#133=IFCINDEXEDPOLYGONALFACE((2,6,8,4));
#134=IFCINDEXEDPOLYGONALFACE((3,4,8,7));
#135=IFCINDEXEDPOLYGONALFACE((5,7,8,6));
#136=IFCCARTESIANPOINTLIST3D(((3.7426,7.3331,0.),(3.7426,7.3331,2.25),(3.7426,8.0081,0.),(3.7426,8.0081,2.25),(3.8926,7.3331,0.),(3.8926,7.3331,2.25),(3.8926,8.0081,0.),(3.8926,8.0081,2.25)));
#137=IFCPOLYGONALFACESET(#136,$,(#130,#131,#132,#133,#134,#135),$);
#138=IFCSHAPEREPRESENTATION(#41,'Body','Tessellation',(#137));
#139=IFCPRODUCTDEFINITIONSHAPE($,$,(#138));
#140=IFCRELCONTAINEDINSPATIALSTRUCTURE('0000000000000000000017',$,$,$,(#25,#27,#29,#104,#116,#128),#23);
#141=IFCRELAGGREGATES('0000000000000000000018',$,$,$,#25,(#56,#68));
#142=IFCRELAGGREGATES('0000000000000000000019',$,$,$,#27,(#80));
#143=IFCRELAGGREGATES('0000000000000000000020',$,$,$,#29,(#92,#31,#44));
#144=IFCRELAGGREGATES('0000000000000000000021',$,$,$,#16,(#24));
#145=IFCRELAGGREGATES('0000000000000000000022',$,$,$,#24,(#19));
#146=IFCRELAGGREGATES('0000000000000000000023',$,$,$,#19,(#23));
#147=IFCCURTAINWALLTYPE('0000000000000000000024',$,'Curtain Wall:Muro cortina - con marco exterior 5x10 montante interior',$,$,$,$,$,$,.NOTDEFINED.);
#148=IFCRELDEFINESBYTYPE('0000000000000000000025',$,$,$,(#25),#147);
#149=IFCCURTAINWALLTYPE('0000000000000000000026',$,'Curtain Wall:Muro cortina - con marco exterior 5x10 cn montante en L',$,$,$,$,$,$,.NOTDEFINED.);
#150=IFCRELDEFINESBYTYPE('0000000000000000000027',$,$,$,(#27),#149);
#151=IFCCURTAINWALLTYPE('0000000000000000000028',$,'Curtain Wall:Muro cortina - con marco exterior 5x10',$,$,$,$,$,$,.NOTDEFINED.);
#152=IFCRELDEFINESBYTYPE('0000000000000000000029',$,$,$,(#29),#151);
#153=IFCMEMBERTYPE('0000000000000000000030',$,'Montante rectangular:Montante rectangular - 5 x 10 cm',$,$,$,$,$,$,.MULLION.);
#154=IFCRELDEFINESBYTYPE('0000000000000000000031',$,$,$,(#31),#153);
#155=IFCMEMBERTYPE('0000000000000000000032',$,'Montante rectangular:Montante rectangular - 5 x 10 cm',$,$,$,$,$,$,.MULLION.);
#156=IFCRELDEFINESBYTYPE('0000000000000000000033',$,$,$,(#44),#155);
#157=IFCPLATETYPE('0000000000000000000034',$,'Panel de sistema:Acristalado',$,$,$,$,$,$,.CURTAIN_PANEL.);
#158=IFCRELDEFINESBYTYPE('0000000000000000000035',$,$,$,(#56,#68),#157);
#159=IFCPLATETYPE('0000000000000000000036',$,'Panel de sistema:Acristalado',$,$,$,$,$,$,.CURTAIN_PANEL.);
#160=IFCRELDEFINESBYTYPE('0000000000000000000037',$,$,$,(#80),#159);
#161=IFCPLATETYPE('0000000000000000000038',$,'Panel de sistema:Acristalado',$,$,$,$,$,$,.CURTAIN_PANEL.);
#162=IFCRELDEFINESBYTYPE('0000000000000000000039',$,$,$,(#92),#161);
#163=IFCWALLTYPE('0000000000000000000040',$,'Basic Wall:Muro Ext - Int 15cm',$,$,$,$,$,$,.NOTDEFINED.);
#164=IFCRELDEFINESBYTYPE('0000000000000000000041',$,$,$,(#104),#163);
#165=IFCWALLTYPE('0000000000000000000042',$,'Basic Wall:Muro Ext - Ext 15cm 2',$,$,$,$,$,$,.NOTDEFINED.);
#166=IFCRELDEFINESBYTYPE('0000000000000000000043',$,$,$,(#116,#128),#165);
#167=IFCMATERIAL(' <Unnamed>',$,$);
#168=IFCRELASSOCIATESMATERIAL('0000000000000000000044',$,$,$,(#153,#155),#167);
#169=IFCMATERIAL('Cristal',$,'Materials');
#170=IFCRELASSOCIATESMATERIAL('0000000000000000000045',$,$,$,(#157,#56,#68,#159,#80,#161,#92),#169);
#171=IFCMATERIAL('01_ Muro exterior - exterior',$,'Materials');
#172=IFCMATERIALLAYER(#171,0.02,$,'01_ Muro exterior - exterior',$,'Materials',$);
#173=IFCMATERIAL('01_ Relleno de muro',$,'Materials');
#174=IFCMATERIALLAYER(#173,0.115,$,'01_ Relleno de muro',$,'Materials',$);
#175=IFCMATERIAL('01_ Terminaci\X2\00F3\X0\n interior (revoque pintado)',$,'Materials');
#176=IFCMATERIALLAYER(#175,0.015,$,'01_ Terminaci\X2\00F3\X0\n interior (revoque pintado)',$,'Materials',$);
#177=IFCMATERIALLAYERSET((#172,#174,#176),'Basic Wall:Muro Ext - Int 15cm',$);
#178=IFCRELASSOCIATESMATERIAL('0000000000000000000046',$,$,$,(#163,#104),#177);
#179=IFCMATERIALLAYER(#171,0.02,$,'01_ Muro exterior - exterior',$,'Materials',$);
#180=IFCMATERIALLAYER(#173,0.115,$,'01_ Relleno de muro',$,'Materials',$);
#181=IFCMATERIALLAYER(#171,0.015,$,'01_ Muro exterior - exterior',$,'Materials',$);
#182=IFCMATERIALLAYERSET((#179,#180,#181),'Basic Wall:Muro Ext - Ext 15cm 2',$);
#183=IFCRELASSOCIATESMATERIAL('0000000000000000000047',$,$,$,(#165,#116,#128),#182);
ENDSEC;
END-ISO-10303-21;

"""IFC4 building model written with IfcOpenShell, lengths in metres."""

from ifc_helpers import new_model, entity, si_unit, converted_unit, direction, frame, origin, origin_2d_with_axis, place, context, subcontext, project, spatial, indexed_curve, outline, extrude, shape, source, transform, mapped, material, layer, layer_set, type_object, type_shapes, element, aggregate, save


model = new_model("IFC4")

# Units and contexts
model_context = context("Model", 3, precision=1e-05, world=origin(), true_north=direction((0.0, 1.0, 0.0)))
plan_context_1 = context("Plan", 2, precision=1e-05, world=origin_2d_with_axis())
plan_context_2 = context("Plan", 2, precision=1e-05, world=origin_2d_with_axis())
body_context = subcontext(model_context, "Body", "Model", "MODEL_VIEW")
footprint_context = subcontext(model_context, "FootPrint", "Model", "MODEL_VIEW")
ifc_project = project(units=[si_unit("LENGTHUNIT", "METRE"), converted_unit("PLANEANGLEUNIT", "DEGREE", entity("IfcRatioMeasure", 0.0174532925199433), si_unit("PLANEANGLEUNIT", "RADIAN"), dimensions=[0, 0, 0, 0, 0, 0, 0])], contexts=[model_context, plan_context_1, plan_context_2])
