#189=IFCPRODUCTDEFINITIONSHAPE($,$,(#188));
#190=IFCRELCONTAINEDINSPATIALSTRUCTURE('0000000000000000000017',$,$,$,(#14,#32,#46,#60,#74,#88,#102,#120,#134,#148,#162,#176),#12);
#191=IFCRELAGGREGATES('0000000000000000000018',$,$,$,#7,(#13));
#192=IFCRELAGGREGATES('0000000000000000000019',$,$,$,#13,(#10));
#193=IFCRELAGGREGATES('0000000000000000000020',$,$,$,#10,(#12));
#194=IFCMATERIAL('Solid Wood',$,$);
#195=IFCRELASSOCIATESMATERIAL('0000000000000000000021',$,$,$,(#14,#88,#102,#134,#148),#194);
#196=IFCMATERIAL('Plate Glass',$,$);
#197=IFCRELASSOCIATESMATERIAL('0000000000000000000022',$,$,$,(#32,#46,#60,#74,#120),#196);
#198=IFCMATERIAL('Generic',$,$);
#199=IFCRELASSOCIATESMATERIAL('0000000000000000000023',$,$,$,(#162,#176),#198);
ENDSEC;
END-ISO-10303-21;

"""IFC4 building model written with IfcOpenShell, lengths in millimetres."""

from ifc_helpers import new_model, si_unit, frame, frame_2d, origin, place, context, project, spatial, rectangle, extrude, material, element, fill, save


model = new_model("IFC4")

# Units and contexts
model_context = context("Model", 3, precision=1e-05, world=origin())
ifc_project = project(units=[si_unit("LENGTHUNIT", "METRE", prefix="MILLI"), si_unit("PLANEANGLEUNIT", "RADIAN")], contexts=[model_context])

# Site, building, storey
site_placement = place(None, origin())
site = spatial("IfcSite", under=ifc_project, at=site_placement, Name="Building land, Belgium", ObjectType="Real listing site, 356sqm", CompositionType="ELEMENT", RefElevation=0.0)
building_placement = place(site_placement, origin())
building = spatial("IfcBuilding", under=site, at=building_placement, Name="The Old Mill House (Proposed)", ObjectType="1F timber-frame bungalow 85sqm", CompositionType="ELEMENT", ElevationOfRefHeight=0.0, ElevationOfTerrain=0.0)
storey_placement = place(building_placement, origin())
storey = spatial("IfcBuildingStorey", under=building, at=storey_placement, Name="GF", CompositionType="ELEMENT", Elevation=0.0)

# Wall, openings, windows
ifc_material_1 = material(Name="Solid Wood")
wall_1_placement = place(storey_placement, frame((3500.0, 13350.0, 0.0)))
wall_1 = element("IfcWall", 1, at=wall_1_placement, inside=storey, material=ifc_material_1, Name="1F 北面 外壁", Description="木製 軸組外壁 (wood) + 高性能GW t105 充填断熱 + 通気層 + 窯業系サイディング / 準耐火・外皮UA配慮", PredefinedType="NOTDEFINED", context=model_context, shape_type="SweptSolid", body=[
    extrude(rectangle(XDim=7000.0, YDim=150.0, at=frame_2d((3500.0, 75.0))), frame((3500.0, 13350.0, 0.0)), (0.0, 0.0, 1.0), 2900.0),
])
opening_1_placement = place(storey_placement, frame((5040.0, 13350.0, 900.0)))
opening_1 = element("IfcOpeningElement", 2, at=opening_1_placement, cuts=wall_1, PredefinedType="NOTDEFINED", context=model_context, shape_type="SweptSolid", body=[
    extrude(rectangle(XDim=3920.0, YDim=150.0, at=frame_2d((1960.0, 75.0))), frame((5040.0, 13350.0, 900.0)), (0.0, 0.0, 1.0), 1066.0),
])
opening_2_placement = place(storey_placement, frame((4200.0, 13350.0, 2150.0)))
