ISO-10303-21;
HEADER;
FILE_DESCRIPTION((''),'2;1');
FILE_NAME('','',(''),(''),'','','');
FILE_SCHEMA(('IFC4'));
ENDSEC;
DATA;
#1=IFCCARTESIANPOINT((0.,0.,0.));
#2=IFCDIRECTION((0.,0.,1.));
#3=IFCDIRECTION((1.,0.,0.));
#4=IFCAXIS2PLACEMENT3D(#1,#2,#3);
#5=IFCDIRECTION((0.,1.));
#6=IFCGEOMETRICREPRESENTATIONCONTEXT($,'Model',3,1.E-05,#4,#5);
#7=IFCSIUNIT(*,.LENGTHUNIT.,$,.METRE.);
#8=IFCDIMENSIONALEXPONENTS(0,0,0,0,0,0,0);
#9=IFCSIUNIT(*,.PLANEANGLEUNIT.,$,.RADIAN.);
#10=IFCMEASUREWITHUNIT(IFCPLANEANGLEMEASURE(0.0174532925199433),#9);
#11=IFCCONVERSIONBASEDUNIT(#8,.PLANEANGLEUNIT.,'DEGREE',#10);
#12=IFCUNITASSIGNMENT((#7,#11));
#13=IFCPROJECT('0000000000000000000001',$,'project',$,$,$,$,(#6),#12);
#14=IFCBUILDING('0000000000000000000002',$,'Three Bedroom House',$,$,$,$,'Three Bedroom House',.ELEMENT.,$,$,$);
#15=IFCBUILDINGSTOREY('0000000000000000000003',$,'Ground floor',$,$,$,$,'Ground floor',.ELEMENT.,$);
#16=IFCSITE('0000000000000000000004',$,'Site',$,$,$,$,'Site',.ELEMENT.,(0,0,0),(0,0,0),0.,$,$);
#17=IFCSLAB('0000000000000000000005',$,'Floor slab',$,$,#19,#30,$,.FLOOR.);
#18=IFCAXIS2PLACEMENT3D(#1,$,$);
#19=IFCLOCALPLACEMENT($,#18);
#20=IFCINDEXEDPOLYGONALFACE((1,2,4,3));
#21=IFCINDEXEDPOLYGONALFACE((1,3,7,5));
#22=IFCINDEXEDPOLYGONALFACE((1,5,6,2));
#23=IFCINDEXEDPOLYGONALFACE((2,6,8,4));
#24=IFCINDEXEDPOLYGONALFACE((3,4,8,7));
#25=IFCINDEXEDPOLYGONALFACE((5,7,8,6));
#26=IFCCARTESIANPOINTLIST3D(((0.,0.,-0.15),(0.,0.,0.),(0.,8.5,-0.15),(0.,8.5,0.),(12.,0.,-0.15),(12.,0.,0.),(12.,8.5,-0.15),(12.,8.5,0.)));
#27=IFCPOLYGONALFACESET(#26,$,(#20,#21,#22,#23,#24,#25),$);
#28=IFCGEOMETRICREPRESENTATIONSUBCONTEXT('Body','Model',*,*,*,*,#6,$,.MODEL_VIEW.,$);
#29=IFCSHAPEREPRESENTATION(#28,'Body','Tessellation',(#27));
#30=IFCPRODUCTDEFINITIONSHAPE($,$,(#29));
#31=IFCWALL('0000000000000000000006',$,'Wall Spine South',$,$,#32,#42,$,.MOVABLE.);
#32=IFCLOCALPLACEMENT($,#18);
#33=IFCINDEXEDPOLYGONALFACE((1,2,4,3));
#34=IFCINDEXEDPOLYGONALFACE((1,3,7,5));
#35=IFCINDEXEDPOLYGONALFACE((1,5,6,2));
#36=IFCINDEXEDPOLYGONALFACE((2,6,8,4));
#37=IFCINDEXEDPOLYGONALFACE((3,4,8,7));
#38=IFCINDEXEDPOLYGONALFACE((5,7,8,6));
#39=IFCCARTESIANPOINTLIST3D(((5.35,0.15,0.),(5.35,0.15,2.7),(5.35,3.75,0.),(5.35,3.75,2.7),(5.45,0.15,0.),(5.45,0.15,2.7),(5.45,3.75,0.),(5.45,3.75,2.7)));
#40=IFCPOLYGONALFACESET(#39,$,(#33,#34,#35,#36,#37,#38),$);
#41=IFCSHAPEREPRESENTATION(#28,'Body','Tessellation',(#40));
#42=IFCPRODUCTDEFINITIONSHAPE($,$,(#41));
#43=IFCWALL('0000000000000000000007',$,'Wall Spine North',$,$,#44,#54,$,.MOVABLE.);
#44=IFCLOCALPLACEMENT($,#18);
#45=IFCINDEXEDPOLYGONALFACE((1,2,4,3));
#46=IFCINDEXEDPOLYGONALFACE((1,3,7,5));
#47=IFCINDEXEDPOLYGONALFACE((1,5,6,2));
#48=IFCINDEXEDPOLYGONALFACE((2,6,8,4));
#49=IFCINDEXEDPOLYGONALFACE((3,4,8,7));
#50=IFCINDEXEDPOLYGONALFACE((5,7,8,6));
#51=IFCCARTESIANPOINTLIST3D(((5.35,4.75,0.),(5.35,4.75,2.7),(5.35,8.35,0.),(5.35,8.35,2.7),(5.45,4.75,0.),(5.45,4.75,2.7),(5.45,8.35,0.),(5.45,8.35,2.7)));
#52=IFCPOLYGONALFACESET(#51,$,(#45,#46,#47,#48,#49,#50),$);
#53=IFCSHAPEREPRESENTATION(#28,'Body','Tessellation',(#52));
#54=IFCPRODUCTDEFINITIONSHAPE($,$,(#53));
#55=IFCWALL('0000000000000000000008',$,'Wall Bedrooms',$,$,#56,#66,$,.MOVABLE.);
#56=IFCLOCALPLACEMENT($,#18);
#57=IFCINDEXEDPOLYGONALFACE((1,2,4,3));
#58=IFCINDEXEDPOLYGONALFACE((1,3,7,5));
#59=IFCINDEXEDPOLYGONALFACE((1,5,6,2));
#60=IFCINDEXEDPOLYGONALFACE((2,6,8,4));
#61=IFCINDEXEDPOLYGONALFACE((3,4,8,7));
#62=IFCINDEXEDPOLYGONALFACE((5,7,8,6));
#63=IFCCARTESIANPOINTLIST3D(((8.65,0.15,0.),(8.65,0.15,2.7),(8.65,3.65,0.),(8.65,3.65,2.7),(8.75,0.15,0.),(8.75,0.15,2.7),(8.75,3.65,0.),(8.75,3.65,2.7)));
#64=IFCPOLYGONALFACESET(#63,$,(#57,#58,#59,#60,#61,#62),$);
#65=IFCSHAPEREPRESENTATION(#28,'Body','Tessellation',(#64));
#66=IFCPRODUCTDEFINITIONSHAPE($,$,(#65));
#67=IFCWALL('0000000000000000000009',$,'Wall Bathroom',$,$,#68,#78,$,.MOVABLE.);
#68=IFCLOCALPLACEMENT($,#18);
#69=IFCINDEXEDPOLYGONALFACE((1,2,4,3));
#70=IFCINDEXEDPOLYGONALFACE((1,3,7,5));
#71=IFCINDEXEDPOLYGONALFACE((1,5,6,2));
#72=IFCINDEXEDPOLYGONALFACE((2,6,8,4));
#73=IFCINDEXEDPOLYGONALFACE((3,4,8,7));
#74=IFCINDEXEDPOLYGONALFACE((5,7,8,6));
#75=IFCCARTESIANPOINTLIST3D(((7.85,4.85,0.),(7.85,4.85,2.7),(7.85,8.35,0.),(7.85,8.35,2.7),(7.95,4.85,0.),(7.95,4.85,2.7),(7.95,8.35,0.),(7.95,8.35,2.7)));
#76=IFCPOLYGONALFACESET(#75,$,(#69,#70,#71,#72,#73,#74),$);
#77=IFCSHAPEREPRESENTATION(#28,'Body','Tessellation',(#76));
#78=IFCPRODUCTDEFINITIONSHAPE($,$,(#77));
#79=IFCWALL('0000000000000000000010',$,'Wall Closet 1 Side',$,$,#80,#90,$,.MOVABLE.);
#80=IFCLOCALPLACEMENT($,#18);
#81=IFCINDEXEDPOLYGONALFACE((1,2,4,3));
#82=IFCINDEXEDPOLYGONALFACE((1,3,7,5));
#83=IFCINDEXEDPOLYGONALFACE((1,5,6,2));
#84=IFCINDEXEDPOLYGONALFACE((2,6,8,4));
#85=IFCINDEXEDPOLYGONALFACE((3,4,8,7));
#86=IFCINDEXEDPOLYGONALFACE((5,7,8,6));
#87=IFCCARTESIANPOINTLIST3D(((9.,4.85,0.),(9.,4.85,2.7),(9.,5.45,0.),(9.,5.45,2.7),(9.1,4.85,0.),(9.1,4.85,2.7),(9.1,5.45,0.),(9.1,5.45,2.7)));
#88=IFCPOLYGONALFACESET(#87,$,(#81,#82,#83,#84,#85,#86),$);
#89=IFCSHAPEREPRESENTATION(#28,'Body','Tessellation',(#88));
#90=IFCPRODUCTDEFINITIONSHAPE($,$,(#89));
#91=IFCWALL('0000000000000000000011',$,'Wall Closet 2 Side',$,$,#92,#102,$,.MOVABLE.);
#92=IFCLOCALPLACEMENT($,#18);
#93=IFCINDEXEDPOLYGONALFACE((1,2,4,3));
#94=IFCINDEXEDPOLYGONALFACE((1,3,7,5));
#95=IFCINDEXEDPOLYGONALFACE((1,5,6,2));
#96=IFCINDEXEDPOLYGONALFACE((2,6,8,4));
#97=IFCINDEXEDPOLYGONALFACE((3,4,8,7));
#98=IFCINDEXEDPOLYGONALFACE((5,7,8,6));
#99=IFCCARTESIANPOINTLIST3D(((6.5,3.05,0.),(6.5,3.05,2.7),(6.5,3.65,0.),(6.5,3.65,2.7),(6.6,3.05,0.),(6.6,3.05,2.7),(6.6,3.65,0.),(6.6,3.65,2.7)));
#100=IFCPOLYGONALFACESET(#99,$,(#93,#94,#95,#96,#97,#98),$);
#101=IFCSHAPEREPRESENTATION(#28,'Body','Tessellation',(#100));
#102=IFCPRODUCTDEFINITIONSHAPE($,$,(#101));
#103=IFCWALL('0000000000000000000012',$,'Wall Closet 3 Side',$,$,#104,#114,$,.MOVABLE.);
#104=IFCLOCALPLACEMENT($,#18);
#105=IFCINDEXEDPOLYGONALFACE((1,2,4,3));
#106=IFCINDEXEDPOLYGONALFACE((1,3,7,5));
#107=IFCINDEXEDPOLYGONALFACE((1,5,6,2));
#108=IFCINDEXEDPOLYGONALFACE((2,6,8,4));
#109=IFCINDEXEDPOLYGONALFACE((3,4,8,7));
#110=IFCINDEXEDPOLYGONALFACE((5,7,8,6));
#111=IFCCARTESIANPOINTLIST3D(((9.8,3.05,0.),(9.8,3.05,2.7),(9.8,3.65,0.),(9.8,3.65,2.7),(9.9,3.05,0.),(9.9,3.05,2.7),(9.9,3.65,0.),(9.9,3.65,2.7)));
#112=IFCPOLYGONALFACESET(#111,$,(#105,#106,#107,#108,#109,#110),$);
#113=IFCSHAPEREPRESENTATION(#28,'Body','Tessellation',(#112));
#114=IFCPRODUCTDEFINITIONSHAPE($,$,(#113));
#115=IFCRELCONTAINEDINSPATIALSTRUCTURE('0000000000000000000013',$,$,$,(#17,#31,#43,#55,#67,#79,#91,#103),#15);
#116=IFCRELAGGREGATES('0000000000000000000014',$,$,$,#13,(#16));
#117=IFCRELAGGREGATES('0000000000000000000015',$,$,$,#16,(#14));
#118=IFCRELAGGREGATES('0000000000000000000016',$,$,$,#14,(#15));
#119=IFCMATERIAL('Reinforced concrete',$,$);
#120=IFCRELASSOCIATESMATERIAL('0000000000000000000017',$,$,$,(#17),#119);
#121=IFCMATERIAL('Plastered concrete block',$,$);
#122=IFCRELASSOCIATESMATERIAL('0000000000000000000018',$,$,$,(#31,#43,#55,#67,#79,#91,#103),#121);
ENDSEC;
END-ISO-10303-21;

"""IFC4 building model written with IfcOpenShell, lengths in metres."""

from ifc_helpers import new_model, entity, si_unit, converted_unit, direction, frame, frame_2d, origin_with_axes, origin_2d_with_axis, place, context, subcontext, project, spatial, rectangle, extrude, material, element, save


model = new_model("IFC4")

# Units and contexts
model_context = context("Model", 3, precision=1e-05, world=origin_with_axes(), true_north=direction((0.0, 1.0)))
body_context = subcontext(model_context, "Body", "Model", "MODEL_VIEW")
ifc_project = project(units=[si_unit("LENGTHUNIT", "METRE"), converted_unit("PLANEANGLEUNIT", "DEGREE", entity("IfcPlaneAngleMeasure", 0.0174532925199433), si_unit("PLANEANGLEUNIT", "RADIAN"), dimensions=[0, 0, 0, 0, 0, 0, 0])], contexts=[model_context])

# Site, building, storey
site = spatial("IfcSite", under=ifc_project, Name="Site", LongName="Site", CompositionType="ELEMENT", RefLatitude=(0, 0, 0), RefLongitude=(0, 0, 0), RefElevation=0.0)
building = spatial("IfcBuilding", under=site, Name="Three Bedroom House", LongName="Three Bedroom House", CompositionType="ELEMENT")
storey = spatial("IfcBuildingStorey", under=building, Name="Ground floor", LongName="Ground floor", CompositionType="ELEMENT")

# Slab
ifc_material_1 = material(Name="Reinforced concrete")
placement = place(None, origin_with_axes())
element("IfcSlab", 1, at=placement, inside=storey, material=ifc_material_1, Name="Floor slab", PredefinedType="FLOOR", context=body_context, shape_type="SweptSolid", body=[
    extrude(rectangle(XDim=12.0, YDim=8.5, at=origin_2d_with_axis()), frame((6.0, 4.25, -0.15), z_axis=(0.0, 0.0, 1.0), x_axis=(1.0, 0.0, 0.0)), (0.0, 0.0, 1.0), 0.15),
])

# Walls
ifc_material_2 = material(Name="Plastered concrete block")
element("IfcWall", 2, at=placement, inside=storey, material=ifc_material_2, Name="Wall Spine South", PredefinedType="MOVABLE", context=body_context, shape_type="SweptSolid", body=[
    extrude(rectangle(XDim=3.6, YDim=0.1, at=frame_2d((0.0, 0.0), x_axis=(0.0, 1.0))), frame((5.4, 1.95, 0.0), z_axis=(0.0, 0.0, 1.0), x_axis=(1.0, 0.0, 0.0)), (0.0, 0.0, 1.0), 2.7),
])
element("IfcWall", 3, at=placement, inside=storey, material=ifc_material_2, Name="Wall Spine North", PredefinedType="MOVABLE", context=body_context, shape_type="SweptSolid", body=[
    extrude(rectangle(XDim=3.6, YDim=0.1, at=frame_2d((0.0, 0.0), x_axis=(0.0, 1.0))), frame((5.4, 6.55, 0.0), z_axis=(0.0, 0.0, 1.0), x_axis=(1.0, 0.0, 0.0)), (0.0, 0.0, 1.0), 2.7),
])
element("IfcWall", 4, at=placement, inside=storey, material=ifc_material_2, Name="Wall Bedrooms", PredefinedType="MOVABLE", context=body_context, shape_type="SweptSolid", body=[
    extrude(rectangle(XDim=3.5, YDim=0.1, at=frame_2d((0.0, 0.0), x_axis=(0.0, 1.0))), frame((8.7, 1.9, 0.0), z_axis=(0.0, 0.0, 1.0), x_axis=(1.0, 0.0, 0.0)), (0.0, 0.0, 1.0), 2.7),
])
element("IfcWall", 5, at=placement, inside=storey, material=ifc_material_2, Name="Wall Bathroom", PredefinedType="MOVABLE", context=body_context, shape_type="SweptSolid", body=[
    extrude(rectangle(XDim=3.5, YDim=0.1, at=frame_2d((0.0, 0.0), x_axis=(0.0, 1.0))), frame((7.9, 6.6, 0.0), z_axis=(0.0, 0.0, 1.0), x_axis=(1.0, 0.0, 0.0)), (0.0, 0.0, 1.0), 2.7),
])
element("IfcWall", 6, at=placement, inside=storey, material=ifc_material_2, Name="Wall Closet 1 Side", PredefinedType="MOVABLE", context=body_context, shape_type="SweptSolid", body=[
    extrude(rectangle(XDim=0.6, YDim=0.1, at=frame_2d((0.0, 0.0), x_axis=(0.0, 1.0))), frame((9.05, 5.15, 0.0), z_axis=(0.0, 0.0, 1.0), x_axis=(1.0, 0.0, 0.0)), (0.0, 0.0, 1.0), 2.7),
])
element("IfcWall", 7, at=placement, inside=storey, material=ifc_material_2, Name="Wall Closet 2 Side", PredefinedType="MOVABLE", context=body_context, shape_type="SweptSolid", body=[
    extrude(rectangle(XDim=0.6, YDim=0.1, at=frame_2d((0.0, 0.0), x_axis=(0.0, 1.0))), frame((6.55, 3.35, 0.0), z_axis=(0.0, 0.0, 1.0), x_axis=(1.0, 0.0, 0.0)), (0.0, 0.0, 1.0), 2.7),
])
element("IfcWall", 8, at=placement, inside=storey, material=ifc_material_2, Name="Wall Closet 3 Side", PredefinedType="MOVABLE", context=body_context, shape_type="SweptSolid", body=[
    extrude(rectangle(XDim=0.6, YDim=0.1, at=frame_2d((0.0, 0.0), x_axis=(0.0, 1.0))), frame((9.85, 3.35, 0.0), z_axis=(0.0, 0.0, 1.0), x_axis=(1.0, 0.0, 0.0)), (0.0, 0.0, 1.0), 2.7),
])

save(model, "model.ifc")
------------------------------
- _Your instructions_: Going through the data, tally the lines containing "rectangular" and report only the result.

- _Exercise output_: 2